The Code of Points: D-Score and E-Score
Gymnastics is no longer scored out of a perfect 10. Understanding the two-score system is the single most useful piece of knowledge a gymnastics family can have.
The rulebook of gymnastics is called the Code of Points, written by the FIG and updated every Olympic cycle so the sport keeps evolving. Until 2006 routines were marked out of a perfect 10. After a judging controversy at the 2004 Olympics, the sport moved to an open-ended two-score system that is still used today. Every modern score is built from two separate numbers added together.
The D-Score (Difficulty)
The D-score measures how hard the routine is. It is open-ended, meaning there is no maximum. On bars, beam, and floor it is built from difficulty value, compositional requirements, connection value, and applicable bonus.
- Difficulty Value: the value of the eight highest-difficulty counting elements on bars, beam, and floor, with the dismount included among those eight on bars and beam.
- Compositional Requirements: points for including the required types of elements on that apparatus.
- Connection Value: bonus for linking certain difficult skills directly together.
- Bonus: current WAG rules also award specific bonuses, such as eligible dismount bonus, when the Code requirements are met.

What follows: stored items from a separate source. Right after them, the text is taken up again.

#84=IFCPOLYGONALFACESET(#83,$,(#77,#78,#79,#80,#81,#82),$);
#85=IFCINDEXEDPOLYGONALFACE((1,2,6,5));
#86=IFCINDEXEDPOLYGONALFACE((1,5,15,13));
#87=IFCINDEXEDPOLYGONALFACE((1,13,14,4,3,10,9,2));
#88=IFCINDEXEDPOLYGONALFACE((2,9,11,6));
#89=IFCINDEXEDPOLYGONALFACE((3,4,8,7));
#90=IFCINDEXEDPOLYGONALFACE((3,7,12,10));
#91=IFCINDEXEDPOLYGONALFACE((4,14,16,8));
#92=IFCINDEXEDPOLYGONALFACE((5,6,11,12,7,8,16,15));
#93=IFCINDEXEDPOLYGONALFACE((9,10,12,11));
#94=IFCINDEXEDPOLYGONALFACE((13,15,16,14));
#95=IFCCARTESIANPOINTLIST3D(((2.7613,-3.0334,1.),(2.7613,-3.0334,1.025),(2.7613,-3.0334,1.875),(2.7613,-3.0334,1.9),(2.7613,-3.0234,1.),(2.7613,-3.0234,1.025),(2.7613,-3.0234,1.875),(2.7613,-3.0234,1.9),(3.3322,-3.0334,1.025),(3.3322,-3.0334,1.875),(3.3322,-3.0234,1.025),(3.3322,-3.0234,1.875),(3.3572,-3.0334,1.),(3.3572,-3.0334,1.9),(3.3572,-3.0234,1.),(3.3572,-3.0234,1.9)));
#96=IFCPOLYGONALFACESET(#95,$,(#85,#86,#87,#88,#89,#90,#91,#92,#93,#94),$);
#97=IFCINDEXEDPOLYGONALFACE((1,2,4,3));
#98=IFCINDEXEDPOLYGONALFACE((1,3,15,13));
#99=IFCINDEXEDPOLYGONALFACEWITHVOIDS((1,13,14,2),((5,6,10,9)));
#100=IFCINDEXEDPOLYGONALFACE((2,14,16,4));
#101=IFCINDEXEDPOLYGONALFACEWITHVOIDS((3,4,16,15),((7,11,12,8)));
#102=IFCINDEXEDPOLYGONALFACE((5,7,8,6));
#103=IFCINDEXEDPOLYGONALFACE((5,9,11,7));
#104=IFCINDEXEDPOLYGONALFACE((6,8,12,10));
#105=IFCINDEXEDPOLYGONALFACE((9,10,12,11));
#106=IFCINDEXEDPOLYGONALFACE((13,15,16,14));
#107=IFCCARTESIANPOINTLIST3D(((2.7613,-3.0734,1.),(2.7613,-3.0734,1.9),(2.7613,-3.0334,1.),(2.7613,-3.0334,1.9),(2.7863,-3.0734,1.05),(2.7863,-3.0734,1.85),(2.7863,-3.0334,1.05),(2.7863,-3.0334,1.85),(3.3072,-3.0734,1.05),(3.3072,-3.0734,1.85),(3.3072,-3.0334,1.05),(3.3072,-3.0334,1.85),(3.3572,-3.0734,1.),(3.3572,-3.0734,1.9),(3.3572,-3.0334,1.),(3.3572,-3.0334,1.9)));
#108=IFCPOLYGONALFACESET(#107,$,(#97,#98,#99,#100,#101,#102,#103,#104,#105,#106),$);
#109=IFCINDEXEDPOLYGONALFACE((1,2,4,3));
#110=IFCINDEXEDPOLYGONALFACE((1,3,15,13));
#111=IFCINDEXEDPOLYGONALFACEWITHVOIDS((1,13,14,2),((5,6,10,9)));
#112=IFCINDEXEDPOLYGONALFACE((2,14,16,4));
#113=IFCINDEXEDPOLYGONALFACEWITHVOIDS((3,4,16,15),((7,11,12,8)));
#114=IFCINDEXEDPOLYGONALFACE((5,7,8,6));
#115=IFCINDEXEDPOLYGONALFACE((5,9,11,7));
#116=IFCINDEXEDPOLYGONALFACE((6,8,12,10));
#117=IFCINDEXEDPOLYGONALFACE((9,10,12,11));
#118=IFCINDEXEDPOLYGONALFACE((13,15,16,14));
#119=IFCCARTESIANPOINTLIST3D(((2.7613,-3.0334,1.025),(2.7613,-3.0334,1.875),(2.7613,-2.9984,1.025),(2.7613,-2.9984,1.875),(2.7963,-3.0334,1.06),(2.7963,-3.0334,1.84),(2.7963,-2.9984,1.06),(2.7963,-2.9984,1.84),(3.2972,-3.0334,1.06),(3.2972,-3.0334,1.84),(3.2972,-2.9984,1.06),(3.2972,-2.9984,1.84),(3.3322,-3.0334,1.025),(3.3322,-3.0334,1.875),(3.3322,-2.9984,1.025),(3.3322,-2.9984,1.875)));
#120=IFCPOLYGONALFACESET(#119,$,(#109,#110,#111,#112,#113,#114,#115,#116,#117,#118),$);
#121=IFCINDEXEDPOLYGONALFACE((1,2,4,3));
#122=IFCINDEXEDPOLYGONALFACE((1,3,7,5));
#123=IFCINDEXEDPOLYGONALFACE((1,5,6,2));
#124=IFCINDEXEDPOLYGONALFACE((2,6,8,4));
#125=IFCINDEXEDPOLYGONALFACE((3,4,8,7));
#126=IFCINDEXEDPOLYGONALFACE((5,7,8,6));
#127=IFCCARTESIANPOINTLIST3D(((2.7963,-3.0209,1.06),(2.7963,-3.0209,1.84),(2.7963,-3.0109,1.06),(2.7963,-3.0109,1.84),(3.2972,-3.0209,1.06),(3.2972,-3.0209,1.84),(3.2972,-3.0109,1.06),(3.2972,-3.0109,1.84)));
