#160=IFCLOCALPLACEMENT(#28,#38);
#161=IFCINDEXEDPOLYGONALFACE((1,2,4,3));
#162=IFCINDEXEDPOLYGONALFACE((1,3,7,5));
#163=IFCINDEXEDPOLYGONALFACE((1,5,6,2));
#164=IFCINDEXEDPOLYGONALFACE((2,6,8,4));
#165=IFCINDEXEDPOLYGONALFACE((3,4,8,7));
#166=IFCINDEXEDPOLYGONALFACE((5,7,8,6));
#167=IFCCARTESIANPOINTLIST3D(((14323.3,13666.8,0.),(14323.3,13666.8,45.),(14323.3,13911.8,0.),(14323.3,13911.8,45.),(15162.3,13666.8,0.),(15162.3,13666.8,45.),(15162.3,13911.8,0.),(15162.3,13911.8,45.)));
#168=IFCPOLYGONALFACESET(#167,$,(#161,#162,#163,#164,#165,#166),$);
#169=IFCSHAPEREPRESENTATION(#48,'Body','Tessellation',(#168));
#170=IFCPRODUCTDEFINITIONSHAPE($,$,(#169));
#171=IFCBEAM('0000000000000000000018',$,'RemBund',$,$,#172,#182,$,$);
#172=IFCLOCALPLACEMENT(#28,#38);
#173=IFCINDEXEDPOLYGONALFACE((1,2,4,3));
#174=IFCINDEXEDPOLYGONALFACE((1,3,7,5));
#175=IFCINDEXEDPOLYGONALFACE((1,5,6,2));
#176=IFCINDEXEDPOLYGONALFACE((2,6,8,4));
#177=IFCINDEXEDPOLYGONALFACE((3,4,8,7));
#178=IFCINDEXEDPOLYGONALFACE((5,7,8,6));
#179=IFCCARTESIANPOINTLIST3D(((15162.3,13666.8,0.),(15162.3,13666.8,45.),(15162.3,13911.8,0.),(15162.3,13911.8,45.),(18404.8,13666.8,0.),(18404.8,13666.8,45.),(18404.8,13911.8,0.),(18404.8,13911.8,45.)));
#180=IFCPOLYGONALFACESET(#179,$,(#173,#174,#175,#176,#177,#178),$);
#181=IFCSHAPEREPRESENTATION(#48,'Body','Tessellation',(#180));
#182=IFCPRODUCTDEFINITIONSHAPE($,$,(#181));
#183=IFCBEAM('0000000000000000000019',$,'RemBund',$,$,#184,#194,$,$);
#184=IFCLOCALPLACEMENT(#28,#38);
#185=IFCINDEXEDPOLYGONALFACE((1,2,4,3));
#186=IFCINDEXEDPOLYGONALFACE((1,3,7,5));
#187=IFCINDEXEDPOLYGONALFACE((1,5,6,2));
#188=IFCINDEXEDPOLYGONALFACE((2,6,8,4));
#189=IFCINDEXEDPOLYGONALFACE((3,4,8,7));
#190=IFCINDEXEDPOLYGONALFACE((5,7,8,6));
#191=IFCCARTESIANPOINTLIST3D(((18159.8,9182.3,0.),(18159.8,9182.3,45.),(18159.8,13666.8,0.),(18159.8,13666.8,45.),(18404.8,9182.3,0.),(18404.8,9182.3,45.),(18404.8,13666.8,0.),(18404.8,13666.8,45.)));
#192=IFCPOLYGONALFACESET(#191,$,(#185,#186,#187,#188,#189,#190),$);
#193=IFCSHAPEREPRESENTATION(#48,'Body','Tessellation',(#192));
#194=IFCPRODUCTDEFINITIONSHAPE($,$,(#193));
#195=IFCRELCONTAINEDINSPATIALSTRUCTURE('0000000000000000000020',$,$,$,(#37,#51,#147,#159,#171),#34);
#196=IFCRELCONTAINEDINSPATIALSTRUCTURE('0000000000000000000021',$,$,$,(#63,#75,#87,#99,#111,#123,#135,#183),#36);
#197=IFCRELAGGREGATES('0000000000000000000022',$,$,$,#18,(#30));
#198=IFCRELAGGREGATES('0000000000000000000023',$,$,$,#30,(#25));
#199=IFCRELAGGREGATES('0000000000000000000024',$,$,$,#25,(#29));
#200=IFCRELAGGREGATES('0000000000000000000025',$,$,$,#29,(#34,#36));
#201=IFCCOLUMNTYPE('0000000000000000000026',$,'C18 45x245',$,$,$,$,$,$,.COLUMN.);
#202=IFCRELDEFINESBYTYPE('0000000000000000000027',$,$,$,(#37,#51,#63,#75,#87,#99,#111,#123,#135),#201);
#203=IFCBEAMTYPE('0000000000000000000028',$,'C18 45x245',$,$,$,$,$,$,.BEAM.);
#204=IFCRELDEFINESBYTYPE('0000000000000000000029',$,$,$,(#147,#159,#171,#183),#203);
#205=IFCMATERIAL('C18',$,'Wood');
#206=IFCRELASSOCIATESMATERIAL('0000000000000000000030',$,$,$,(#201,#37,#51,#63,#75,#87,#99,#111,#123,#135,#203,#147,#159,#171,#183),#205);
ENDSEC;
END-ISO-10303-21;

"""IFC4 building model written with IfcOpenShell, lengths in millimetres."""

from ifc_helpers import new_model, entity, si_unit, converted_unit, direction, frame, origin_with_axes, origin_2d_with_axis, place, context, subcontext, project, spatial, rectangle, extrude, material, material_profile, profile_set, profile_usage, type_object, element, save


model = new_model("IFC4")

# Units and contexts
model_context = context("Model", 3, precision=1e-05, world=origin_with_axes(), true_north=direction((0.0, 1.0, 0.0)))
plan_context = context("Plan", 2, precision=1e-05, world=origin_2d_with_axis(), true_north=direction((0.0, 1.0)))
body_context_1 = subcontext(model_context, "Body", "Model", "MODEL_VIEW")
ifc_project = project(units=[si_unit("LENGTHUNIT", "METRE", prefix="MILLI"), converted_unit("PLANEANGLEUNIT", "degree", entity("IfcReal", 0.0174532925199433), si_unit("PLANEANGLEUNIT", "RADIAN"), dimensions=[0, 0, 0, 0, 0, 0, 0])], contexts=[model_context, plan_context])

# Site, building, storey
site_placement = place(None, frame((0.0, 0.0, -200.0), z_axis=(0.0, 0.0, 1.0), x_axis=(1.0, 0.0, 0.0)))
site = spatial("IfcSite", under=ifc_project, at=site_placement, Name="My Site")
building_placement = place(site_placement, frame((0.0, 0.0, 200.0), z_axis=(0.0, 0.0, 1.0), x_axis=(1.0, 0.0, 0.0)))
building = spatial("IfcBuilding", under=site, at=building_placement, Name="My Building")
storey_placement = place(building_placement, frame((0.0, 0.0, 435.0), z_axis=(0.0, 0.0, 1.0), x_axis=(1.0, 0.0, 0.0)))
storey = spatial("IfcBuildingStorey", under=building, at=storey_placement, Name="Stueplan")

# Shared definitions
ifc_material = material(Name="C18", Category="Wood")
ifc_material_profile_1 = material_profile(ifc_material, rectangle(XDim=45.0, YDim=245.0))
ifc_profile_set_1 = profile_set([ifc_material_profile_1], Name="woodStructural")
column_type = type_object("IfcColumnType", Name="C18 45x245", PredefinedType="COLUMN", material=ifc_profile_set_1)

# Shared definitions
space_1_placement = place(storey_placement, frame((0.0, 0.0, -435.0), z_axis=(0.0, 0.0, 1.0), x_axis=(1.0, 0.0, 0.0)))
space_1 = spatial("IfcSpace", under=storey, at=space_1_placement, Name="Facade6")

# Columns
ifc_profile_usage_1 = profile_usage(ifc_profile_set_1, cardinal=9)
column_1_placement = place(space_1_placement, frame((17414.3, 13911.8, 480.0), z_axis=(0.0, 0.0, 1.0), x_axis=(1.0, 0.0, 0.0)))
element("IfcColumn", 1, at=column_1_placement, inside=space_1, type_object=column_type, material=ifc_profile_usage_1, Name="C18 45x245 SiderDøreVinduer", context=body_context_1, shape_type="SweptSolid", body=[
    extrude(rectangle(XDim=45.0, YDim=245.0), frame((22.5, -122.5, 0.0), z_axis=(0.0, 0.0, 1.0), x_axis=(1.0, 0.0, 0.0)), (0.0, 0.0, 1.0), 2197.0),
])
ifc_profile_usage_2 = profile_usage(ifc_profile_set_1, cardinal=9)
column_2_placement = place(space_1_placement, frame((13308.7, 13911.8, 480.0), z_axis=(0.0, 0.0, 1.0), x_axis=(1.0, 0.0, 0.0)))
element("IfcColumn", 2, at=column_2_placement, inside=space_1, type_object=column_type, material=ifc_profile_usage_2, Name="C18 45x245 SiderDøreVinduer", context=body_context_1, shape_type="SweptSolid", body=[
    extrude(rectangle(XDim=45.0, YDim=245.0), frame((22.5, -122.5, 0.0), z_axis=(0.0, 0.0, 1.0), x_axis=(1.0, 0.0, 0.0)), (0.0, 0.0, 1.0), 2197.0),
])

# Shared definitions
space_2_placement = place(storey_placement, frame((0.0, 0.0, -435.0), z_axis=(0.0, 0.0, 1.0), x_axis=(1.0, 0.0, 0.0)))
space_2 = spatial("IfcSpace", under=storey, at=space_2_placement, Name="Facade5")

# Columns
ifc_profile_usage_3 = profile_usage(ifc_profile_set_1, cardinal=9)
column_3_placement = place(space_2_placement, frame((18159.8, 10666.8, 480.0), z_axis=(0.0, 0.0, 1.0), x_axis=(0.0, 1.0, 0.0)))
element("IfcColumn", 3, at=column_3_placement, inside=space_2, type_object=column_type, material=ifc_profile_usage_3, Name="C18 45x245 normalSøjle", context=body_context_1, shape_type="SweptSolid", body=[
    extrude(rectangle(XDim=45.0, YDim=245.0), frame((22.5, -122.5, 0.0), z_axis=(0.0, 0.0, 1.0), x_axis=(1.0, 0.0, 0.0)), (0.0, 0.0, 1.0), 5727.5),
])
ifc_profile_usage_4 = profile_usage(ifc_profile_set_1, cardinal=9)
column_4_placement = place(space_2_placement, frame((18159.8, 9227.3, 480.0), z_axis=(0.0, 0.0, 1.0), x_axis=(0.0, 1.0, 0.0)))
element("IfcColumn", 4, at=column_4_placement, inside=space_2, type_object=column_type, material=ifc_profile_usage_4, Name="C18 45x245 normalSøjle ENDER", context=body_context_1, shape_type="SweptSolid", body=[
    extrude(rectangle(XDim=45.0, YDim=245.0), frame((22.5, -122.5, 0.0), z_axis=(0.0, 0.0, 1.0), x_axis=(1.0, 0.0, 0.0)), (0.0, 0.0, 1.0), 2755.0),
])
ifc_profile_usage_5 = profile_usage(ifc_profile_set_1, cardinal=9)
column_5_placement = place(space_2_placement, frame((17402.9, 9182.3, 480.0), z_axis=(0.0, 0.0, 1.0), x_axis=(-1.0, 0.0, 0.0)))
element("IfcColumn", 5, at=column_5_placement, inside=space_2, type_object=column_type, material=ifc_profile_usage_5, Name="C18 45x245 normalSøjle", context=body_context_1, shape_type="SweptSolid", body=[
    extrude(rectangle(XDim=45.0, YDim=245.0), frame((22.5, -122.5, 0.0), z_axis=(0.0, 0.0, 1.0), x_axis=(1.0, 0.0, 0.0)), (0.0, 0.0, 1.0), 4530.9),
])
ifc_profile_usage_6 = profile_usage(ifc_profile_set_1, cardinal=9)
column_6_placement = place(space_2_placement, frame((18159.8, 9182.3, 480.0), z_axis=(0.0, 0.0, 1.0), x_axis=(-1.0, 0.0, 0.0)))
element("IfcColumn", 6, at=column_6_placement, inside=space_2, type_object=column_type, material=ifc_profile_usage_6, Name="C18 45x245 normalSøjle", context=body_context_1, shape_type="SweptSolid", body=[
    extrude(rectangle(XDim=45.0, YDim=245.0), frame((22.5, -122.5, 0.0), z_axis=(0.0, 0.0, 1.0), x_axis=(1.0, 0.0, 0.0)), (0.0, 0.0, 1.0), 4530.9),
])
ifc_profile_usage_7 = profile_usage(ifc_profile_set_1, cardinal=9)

Every skill has a letter value. The scale runs from easiest to hardest:
| Letter | Value | Letter | Value |
|---|---|---|---|
| A | 0.10 | F | 0.60 |
| B | 0.20 | G | 0.70 |
| C | 0.30 | H | 0.80 |
| D | 0.40 | I | 0.90 |
| E | 0.50 | J+ | 1.00+ |
The E-Score (Execution)
The E-score measures how well the routine was performed. It always starts at a perfect 10.0, and judges subtract deductions for every error. A panel of E-judges scores independently; the highest and lowest are dropped and the remaining scores are averaged, which protects against one biased or mistaken judge. On floor and beam, an artistry assessment also feeds in.
Final Score = D-Score + E-Score − Neutral Deductions
Neutral deductions, sometimes called penalties, are taken off the very end, separate from execution, and are applied by the chief, difficulty panel, or Superior Jury depending on the fault. They include stepping or landing out of bounds on floor, exceeding the time limit on floor or beam, line faults, failure to acknowledge the D-jury, incorrect use of equipment or mats, and presentation or behaviour faults.
The Code also penalises matters unrelated to any skill. These include incorrect or non-regulation attire, wearing jewellery, with rules on small earrings varying by Code edition and competition level, missing national identification or start number, incorrect bandage colour, non-identical team leotards where team rules apply, and disallowed coaching or unsportsmanlike behaviour. The Code does not give a normal deduction for a hairstyle itself, but hair, handguards, bandages, and wrist wraps should be secure and competition-safe. Exact values are set by the Code of Points in force.
A Worked Example
Suppose a gymnast performs a beam routine with a difficulty score of 5.0. The execution judges average a score of 8.0 after deductions for two wobbles and a small step on the dismount. She did not step off or run over time, so there are no neutral deductions. Her final score is 5.0 + 8.0 = 13.0. Raise the D-score by adding a harder skill, or raise the E-score by cleaning the wobbles, and the total climbs. That is the entire strategy of competitive gymnastics in one sentence.
| Level | Typical Competitive Total* |
|---|---|
| Club / early competitive | 9 to 11 |
| State level | 11 to 13 |
| National level | 12 to 14+ |
| International elite | 13 to 15+ |
*Approximate, per apparatus, and varies by event and Code cycle. Use as orientation, not a target table.